March 27, 2012 1:21 PM ET
patrick carney black keys
Patrick Carney of The Black Keys performs in London.
Jim Dyson/Getty Images

In an interview with WGRD 97.9 after a show in Grand Rapids, Michigan last week, Black Keys drummer Patrick Carney – in typical Patrick Carney fashion – expressed his continued frustration with the popular music streaming service Spotify.

"If it was fair to the artist, we would be involved in it," Carney told the station. "I imagine if Spotify becomes something that people are willing to pay for, then I'm sure iTunes will just create their own service, and they're actually fair to artists."

When asked about Napster founder and current Spotify board member Sean Parker's claim that within two years Spotify will be generating more revenue for the music industry than iTunes, Carney put it quite bluntly: "He's an asshole.

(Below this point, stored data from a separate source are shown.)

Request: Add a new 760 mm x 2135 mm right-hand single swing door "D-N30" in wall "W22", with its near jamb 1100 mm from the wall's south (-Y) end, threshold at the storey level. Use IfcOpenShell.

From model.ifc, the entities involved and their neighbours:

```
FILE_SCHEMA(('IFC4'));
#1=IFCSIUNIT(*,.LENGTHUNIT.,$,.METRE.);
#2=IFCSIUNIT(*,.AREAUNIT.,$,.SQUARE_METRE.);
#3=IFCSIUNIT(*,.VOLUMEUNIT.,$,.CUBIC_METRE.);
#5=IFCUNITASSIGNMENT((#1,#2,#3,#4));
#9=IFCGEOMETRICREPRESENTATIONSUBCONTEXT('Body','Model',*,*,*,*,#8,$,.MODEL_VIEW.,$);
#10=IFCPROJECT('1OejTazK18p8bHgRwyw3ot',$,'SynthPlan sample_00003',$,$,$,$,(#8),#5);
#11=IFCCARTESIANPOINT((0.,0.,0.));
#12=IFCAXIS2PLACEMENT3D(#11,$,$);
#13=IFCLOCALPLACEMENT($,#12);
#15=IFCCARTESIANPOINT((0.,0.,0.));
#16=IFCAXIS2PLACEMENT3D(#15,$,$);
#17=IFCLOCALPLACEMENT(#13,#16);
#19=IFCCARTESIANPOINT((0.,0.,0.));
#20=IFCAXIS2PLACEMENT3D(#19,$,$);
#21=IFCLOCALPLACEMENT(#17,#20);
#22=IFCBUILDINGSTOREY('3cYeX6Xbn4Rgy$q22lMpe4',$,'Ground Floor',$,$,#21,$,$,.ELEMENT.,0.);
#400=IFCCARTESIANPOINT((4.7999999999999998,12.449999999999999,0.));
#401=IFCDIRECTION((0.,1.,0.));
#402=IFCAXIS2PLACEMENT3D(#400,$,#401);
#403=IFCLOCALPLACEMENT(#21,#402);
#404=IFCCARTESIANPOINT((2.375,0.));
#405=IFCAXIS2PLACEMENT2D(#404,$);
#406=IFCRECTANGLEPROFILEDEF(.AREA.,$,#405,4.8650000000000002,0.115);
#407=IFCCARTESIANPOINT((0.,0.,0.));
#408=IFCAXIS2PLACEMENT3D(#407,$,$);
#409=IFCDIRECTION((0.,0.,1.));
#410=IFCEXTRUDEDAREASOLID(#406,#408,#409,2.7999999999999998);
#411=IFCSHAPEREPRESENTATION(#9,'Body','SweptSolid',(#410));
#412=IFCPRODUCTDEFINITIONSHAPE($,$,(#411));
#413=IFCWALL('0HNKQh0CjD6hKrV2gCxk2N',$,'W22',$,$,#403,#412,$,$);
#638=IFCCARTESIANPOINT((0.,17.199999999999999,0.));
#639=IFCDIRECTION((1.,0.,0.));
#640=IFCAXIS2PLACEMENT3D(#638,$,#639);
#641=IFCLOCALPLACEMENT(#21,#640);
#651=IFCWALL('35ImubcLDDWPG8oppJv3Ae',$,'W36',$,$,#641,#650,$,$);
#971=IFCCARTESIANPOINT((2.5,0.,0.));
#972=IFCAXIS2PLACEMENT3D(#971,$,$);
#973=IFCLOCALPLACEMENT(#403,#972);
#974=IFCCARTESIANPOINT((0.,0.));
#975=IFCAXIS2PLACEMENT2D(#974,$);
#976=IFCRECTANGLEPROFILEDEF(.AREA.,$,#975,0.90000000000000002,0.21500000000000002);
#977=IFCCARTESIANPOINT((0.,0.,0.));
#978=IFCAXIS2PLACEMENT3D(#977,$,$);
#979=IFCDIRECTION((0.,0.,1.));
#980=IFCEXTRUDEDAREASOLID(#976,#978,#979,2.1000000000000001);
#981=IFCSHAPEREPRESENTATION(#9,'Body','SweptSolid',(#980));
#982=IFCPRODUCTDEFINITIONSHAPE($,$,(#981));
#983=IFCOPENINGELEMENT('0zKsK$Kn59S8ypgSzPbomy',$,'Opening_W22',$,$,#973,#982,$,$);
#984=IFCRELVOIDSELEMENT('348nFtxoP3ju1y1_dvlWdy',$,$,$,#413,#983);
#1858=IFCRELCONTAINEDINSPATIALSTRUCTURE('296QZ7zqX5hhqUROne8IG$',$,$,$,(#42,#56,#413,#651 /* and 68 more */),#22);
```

```python
import numpy as np
import ifcopenshell
import ifcopenshell.api.feature
import ifcopenshell.api.geometry
import ifcopenshell.api.root
import ifcopenshell.api.spatial
import ifcopenshell.geom
import ifcopenshell.util.element
import ifcopenshell.util.placement
import ifcopenshell.util.representation
import ifcopenshell.util.shape
import ifcopenshell.util.unit

model = ifcopenshell.open("model.ifc")
unit_scale = ifcopenshell.util.unit.calculate_unit_scale(model)
settings = ifcopenshell.geom.settings()


def volume(element):
    """Net volume in cubic metres, openings subtracted."""
    shape = ifcopenshell.geom.create_shape(settings, element)
    return ifcopenshell.util.shape.get_volume(shape.geometry)


wall = model.by_id(413)
storey = ifcopenshell.util.element.get_container(wall, ifc_class="IfcBuildingStorey")
context = ifcopenshell.util.representation.get_context(model, "Model", "Body", "MODEL_VIEW")
before = volume(wall)

width, height, from_end, sill = 0.76, 2.135, 1.1, 0.0  # metres

# The wall runs along its own X axis, and the end named is its -X end.
wall_shape = ifcopenshell.geom.create_shape(settings, wall)
x, y, z = ifcopenshell.util.shape.get_vertices(wall_shape.geometry).T
start = x.min() + from_end
face, thickness = float(y.min()), float(y.max() - y.min())
wall_matrix = ifcopenshell.util.placement.get_local_placement(wall.ObjectPlacement)
level = ifcopenshell.util.placement.get_local_placement(storey.ObjectPlacement)[2, 3]


def in_wall(x, y):
    """Placement at x, y metres in the wall's axes, at sill height."""
    matrix = wall_matrix.copy()
    matrix[:, 3] = wall_matrix @ np.array([x / unit_scale, y / unit_scale, 0.0, 1.0])
    matrix[2, 3] = level + sill / unit_scale
    return matrix


# Opening: a box that overshoots both wall faces by 50 mm.
opening = ifcopenshell.api.root.create_entity(model, ifc_class="IfcOpeningElement", predefined_type="OPENING")
box = ifcopenshell.api.geometry.add_wall_representation(
    model, context=context, length=width, height=height, thickness=thickness + 0.1
)
ifcopenshell.api.geometry.assign_representation(model, product=opening, representation=box)
ifcopenshell.api.geometry.edit_object_placement(model, product=opening, matrix=in_wall(start, face - 0.05), is_si=False)
ifcopenshell.api.feature.add_feature(model, feature=opening, element=wall)

door = ifcopenshell.api.root.create_entity(model, ifc_class="IfcDoor", name="D-N30", predefined_type="DOOR")
door.OverallWidth, door.OverallHeight = width / unit_scale, height / unit_scale
door.OperationType = "SINGLE_SWING_RIGHT"
body = ifcopenshell.api.geometry.add_door_representation(
    model,
    context=context,
    overall_width=door.OverallWidth,
    overall_height=door.OverallHeight,
    operation_type="SINGLE_SWING_RIGHT",
    lining_properties={"LiningDepth": thickness / unit_scale, "ThresholdDepth": thickness / unit_scale},
)
ifcopenshell.api.geometry.assign_representation(model, product=door, representation=body)
ifcopenshell.api.spatial.assign_container(model, products=[door], relating_structure=storey)
ifcopenshell.api.feature.add_filling(model, opening=opening, element=door)

# The lining spans the wall, so the door starts at the wall face.
ifcopenshell.api.geometry.edit_object_placement(model, product=door, matrix=in_wall(start, face), is_si=False)

after = volume(wall)

print(f"wall volume {before:.3f} -> {after:.3f} m3")

model.write("model-out.ifc")
```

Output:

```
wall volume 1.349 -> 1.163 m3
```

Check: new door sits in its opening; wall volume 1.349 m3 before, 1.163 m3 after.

That guy has $2 billion that he made from figuring out ways to steal royalties from artists, and that's the bottom line. You can't really trust anybody like that. The idea of a streaming service, like Netflix for music, I'm not totally against it. It's just we won't put all of our music on it until there are enough subscribers for it to make sense."

Carney's statement should come as no surprise to Black Keys fans who looked to streaming services like Spotify, Rdio, Rhapsody, and MOG to hear the duo's latest album, El Camino, and found it missing. It was a planned move by Carney and bandmate Dan Auerbach, who withheld the record from such services for financial reasons, with Carney telling VH1 Spotify is "set up to be a little more fair for the labels than the artists."